La réponse est plus surprenante qu'il n'y paraît. Car les crimes contre l'humanité ne sont pas imprescriptibles parce qu'ils seraient simplement « plus graves » que les autres. Nous avons tendance à penser les crimes sur une échelle. Un vol est moins grave qu'une agression. Une agression est moins grave qu'un meurtre. Et un crime contre l'humanité serait alors tout en haut de cette hiérarchie des horreurs.

Mais le droit ne raisonne pas seulement en termes de gravité. Il raisonne aussi en fonction de ce que le crime touche.

Un meurtre, même particulièrement atroce, vise des victimes identifiables. Il porte atteinte à des personnes. Les crimes contre l'humanité relèvent d'une autre logique. Ils se caractérisent par une attaque systématique contre une population civile, souvent organisée ou soutenue par un appareil de pouvoir. Ils ne sont pas définis uniquement par le nombre de victimes ou l'ampleur de la violence, mais par leur objet même : l'humanité comme communauté de destin.

C'est cette différence qui explique leur statut particulier dans le droit français. L'article 213-5 du Code pénal prévoit ainsi que les crimes contre l'humanité sont imprescriptibles. Cette exception trouve son origine dans l'héritage des procès de Nuremberg, où il est apparu que certains crimes étaient d'une nature telle que le temps ne devait jamais empêcher leur poursuite.

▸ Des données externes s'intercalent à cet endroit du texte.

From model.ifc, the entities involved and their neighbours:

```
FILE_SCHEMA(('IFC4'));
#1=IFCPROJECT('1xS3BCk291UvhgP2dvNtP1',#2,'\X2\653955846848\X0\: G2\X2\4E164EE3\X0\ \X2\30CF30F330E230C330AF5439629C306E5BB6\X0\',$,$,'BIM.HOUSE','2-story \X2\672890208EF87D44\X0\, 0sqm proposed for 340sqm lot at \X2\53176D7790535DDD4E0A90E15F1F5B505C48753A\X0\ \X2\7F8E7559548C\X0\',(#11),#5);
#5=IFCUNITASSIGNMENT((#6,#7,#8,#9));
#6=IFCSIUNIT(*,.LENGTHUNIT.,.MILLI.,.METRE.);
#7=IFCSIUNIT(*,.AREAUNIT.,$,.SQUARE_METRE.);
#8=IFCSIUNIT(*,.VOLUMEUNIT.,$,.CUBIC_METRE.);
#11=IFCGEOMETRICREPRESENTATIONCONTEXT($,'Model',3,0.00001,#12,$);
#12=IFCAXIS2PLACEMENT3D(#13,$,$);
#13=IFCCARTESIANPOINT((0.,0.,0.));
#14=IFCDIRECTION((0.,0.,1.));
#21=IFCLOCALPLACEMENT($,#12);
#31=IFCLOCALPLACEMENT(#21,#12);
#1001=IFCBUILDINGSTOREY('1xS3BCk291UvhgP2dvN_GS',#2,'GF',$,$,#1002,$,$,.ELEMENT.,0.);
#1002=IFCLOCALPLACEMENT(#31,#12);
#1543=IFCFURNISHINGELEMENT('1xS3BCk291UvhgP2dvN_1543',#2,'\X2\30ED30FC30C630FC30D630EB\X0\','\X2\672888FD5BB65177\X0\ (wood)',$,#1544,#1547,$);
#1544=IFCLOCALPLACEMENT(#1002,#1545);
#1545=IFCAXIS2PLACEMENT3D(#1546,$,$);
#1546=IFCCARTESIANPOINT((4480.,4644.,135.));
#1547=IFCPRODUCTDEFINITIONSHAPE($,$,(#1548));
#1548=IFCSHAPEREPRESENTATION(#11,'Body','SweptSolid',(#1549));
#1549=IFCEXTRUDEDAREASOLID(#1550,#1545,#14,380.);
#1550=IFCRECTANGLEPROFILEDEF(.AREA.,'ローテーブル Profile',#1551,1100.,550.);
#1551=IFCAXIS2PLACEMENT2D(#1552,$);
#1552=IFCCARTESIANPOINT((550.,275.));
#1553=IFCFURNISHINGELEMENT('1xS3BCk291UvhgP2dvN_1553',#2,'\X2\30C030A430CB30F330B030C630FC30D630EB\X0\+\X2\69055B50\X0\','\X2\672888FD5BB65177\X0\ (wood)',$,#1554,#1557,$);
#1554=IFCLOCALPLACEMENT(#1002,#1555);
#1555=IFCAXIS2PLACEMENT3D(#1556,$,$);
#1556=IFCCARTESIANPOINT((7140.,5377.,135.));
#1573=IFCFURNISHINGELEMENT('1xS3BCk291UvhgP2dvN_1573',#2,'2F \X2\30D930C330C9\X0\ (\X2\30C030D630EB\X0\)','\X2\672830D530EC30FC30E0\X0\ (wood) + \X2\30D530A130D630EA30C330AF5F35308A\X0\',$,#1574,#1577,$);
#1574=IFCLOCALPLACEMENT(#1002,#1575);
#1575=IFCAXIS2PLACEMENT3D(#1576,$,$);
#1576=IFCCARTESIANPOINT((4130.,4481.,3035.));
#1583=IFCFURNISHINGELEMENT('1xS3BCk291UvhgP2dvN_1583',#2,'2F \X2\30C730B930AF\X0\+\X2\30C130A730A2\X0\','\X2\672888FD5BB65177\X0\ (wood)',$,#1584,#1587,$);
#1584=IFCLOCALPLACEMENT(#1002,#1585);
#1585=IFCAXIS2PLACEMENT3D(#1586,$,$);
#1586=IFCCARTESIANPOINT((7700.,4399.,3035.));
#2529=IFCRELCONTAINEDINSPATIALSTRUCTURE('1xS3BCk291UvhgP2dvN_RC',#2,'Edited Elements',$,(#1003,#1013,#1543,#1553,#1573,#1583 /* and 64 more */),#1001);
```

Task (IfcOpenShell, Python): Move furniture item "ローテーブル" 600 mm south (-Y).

```python
import ifcopenshell
import ifcopenshell.api.geometry
import ifcopenshell.util.placement
import ifcopenshell.util.unit

model = ifcopenshell.open("model.ifc")
unit_scale = ifcopenshell.util.unit.calculate_unit_scale(model)

item = model.by_guid("1xS3BCk291UvhgP2dvN_1543")
matrix = ifcopenshell.util.placement.get_local_placement(item.ObjectPlacement)
matrix[1, 3] -= 0.6 / unit_scale
ifcopenshell.api.geometry.edit_object_placement(model, product=item, matrix=matrix, is_si=False)

print(ifcopenshell.util.placement.get_local_placement(item.ObjectPlacement).round(3) + 0.0)

model.write("model_updated.ifc")
```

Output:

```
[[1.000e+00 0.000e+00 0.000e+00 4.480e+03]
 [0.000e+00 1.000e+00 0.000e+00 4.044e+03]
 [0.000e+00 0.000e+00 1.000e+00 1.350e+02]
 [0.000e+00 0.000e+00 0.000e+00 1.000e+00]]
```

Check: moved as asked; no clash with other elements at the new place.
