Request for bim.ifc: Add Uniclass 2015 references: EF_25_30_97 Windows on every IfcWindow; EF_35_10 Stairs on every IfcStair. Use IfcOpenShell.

First a look at what the model holds.

```python
import ifcopenshell

model = ifcopenshell.open("bim.ifc")
print(model.schema)
print("classifications:", [c.Name for c in model.by_type("IfcClassification")])
for ifc_class in ("IfcDoor", "IfcRoof", "IfcStair", "IfcWall", "IfcWindow"):
    print(ifc_class, len(model.by_type(ifc_class)))
```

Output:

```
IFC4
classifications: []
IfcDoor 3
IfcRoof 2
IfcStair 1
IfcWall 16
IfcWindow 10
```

```python
import ifcopenshell
import ifcopenshell.api.classification

model = ifcopenshell.open("bim.ifc")

system = ifcopenshell.api.classification.add_classification(model, classification="Uniclass 2015")

codes = {
    "IfcWindow": ("EF_25_30_97", "Windows"),
    "IfcStair": ("EF_35_10", "Stairs"),
}
for ifc_class, (code, name) in codes.items():
    products = model.by_type(ifc_class)
    ifcopenshell.api.classification.add_reference(
        model, products=products, classification=system, identification=code, name=name
    )
    print(code, len(products))

model.write("bim_updated.ifc")
```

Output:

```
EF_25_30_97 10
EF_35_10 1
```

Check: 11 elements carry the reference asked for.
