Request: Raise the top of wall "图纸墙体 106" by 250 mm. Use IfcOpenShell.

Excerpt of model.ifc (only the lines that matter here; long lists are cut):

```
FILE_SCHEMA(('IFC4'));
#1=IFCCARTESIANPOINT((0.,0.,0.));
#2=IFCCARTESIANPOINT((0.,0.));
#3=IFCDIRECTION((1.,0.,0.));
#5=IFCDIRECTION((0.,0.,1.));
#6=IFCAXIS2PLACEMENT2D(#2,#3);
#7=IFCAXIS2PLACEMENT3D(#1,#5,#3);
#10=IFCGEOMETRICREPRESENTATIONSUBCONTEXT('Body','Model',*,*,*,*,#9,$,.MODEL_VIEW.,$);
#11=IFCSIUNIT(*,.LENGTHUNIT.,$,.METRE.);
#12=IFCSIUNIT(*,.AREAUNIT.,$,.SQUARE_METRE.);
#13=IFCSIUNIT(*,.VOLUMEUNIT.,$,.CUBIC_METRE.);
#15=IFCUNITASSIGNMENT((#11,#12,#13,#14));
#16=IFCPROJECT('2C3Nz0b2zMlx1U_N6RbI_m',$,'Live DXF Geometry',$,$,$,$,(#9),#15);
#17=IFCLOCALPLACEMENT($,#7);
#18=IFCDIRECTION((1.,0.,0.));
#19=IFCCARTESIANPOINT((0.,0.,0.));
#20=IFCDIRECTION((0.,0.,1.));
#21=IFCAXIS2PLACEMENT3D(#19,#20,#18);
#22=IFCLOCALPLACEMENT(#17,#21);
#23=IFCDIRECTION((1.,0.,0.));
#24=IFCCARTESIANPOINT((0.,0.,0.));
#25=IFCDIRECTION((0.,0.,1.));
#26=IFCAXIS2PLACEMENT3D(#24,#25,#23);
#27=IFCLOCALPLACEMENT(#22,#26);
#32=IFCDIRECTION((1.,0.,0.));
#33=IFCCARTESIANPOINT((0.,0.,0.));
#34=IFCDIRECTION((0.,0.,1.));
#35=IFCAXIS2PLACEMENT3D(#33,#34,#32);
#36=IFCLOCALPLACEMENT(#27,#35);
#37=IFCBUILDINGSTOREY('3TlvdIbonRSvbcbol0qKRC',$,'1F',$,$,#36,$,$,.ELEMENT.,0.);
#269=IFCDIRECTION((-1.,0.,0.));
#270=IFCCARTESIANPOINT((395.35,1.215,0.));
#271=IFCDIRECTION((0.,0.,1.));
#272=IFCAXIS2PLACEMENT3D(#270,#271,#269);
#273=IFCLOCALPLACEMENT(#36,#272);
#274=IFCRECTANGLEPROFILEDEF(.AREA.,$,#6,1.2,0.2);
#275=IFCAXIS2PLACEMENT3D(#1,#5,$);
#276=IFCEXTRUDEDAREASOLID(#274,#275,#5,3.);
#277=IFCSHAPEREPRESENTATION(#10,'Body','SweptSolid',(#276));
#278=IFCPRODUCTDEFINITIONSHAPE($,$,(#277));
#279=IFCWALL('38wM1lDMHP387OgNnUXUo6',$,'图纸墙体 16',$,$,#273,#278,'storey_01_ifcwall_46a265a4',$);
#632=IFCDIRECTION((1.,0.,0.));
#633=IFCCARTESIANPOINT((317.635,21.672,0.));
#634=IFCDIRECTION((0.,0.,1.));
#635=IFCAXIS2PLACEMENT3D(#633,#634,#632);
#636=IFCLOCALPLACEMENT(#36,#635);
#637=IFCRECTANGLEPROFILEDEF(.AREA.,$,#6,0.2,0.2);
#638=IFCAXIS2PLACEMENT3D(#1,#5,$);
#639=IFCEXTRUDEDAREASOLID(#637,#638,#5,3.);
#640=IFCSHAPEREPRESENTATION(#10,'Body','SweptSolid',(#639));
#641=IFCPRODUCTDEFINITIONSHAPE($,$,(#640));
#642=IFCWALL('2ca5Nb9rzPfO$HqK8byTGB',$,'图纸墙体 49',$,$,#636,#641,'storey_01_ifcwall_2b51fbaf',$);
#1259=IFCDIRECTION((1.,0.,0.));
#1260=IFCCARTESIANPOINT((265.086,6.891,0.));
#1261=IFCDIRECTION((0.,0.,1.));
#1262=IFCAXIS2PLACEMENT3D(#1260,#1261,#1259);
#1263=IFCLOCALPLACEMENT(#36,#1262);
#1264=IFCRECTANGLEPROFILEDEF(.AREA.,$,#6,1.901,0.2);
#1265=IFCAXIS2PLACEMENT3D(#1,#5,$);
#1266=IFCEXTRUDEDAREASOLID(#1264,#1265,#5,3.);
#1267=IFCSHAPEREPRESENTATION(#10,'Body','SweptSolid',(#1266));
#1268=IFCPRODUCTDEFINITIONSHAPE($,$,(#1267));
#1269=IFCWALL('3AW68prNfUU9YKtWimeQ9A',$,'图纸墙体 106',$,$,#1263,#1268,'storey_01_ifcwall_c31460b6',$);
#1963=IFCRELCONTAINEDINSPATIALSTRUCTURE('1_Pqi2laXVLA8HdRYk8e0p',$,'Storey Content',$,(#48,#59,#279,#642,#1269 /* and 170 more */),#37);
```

```python
import ifcopenshell
import ifcopenshell.geom
import ifcopenshell.util.representation
import ifcopenshell.util.shape
import ifcopenshell.util.unit

model = ifcopenshell.open("model.ifc")
unit_scale = ifcopenshell.util.unit.calculate_unit_scale(model)
settings = ifcopenshell.geom.settings()


def volume(element):
    """Net volume in cubic metres, openings subtracted."""
    shape = ifcopenshell.geom.create_shape(settings, element)
    return ifcopenshell.util.shape.get_volume(shape.geometry)


wall = model.by_guid("3AW68prNfUU9YKtWimeQ9A")
before = volume(wall)

body = ifcopenshell.util.representation.get_representation(wall, "Model", "Body")
solid = body.Items[0]
old_height = solid.Depth
solid.Depth += 0.25 / unit_scale
after = volume(wall)

print(f"height {old_height:g} -> {solid.Depth:g}, volume {before:.3f} -> {after:.3f} m3")

model.write("model_edited.ifc")
```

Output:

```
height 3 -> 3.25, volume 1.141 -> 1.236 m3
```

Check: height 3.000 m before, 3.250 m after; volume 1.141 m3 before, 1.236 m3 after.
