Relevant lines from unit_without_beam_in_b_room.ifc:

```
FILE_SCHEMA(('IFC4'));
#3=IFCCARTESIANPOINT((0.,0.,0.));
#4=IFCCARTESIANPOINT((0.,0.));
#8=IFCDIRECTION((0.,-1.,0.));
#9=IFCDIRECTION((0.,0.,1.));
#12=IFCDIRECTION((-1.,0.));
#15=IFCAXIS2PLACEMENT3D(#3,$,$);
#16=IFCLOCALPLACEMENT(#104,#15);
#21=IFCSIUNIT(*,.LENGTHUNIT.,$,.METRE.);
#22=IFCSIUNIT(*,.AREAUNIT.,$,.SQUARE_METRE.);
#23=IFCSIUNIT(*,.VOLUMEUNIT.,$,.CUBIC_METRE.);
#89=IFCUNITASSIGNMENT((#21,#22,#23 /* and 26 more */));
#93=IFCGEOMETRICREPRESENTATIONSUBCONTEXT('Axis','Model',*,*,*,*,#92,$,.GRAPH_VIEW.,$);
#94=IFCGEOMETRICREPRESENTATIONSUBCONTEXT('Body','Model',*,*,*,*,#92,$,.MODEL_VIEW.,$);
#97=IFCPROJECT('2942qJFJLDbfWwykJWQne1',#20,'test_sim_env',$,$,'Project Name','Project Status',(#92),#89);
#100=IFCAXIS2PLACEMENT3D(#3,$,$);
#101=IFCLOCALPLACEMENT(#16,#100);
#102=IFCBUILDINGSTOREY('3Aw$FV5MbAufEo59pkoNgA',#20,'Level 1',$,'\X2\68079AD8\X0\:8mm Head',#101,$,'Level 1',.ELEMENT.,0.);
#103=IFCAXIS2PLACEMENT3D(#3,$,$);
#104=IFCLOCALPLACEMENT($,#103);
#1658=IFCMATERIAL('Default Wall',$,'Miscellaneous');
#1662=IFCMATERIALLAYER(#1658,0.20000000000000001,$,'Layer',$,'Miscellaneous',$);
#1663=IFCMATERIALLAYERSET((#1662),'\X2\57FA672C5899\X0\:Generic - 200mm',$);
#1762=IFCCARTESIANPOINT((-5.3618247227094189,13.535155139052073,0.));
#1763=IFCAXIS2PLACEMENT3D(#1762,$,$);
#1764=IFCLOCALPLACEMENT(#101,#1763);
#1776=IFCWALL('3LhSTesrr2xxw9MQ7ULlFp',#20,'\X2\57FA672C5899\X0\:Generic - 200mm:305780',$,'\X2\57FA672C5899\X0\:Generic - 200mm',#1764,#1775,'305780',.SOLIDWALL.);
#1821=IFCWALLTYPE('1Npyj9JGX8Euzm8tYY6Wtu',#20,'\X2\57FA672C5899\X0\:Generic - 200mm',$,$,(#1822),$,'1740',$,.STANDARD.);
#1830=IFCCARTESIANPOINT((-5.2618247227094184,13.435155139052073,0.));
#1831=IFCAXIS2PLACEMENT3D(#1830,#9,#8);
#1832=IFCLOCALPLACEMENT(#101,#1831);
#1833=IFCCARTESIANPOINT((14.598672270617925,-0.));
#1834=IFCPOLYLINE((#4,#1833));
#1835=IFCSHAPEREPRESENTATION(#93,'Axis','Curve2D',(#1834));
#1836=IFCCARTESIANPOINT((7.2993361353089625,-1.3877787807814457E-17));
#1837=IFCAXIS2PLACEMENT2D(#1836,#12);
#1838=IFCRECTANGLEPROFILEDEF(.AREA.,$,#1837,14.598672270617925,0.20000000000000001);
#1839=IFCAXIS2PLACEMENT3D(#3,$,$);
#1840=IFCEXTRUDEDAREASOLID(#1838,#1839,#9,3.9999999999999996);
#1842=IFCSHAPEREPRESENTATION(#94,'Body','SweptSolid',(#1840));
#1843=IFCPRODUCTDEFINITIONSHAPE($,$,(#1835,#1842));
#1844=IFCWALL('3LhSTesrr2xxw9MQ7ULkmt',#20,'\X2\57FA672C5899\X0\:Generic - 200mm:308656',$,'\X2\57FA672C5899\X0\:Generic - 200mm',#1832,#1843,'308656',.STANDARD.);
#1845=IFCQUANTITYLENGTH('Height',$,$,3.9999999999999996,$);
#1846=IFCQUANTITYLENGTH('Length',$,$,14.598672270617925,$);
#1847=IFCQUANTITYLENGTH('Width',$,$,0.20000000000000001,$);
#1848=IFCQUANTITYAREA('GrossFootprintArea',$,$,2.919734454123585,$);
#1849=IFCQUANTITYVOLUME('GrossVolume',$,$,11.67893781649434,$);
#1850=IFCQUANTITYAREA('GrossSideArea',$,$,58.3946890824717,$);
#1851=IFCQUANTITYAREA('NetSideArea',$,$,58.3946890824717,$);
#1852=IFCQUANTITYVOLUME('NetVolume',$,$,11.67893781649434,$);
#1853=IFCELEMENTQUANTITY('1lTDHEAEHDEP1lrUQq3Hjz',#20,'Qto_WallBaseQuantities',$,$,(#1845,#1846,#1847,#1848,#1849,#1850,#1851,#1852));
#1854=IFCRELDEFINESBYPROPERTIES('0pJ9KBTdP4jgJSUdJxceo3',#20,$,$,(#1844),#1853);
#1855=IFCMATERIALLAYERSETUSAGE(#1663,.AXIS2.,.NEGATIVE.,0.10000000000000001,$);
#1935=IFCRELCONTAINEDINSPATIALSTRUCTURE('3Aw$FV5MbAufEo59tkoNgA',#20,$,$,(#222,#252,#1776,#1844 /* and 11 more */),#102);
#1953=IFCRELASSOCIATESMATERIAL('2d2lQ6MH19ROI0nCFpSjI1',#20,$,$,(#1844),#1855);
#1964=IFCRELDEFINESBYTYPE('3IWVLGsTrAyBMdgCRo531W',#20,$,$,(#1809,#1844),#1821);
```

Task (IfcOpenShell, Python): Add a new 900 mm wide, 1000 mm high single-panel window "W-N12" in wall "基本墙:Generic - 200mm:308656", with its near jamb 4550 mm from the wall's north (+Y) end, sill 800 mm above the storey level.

```python
import numpy as np
import ifcopenshell
import ifcopenshell.api.feature
import ifcopenshell.api.geometry
import ifcopenshell.api.pset
import ifcopenshell.api.root
import ifcopenshell.api.spatial
import ifcopenshell.geom
import ifcopenshell.util.element
import ifcopenshell.util.placement
import ifcopenshell.util.representation
import ifcopenshell.util.shape
import ifcopenshell.util.unit

model = ifcopenshell.open("unit_without_beam_in_b_room.ifc")
unit_scale = ifcopenshell.util.unit.calculate_unit_scale(model)
area_scale = ifcopenshell.util.unit.calculate_unit_scale(model, "AREAUNIT")
volume_scale = ifcopenshell.util.unit.calculate_unit_scale(model, "VOLUMEUNIT")
settings = ifcopenshell.geom.settings()


def volume(element):
    """Net volume in cubic metres, openings subtracted."""
    shape = ifcopenshell.geom.create_shape(settings, element)
    return ifcopenshell.util.shape.get_volume(shape.geometry)


wall = model.by_guid("3LhSTesrr2xxw9MQ7ULkmt")
storey = ifcopenshell.util.element.get_container(wall, ifc_class="IfcBuildingStorey")
context = ifcopenshell.util.representation.get_context(model, "Model", "Body", "MODEL_VIEW")
before = volume(wall)

width, height, from_end, sill = 0.9, 1, 4.55, 0.8  # metres

# The wall runs along its own X axis, and the end named is its -X end.
wall_shape = ifcopenshell.geom.create_shape(settings, wall)
x, y, z = ifcopenshell.util.shape.get_vertices(wall_shape.geometry).T
start = x.min() + from_end
face, thickness = float(y.min()), float(y.max() - y.min())
wall_matrix = ifcopenshell.util.placement.get_local_placement(wall.ObjectPlacement)
level = ifcopenshell.util.placement.get_local_placement(storey.ObjectPlacement)[2, 3]


def in_wall(x, y):
    """Placement at x, y metres in the wall's axes, at sill height."""
    matrix = wall_matrix.copy()
    matrix[:, 3] = wall_matrix @ np.array([x / unit_scale, y / unit_scale, 0.0, 1.0])
    matrix[2, 3] = level + sill / unit_scale
    return matrix


# Opening: a box that overshoots both wall faces by 50 mm.
opening = ifcopenshell.api.root.create_entity(model, ifc_class="IfcOpeningElement", predefined_type="OPENING")
box = ifcopenshell.api.geometry.add_wall_representation(
    model, context=context, length=width, height=height, thickness=thickness + 0.1
)
ifcopenshell.api.geometry.assign_representation(model, product=opening, representation=box)
ifcopenshell.api.geometry.edit_object_placement(model, product=opening, matrix=in_wall(start, face - 0.05), is_si=False)
ifcopenshell.api.feature.add_feature(model, feature=opening, element=wall)

window = ifcopenshell.api.root.create_entity(model, ifc_class="IfcWindow", name="W-N12", predefined_type="WINDOW")
window.OverallWidth, window.OverallHeight = width / unit_scale, height / unit_scale
window.PartitioningType = "SINGLE_PANEL"
body = ifcopenshell.api.geometry.add_window_representation(
    model,
    context=context,
    overall_width=window.OverallWidth,
    overall_height=window.OverallHeight,
    partition_type="SINGLE_PANEL",
)
ifcopenshell.api.geometry.assign_representation(model, product=window, representation=body)
ifcopenshell.api.spatial.assign_container(model, products=[window], relating_structure=storey)
ifcopenshell.api.feature.add_filling(model, opening=opening, element=window)

# Centre the window in the wall's thickness.
ifcopenshell.api.geometry.edit_object_placement(model, product=window, matrix=in_wall(start, face), is_si=False)
window_shape = ifcopenshell.geom.create_shape(settings, window)
depth = ifcopenshell.util.shape.get_vertices(window_shape.geometry)[:, 1]
offset = face + thickness / 2 - (depth.min() + depth.max()) / 2
ifcopenshell.api.geometry.edit_object_placement(model, product=window, matrix=in_wall(start, offset), is_si=False)

after = volume(wall)

# Update the wall's stored quantities.
qto = model.by_id(ifcopenshell.util.element.get_pset(wall, "Qto_WallBaseQuantities", should_inherit=False)["id"])
ifcopenshell.api.pset.edit_qto(model, qto=qto, properties={
    "NetSideArea": after / thickness / area_scale,
    "NetVolume": after / volume_scale,
})

print(f"wall volume {before:.3f} -> {after:.3f} m3")

model.write("unit_without_beam_in_b_room_updated.ifc")
```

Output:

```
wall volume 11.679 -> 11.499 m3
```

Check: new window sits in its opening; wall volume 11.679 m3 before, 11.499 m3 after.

On comprend alors pourquoi il est si difficile d'étendre l'imprescriptibilité à d'autres infractions. Le débat ne consiste pas seulement à se demander quels crimes sont les plus horribles. Il consiste à déterminer si certains crimes appartiennent à une catégorie juridique à part.

Ce n'est donc pas une hiérarchie des horreurs : c'est une distinction entre deux façons de définir le crime, selon ce qu'il touche. Et c'est précisément cette distinction qui fait des crimes contre l'humanité une exception dans notre droit pénal.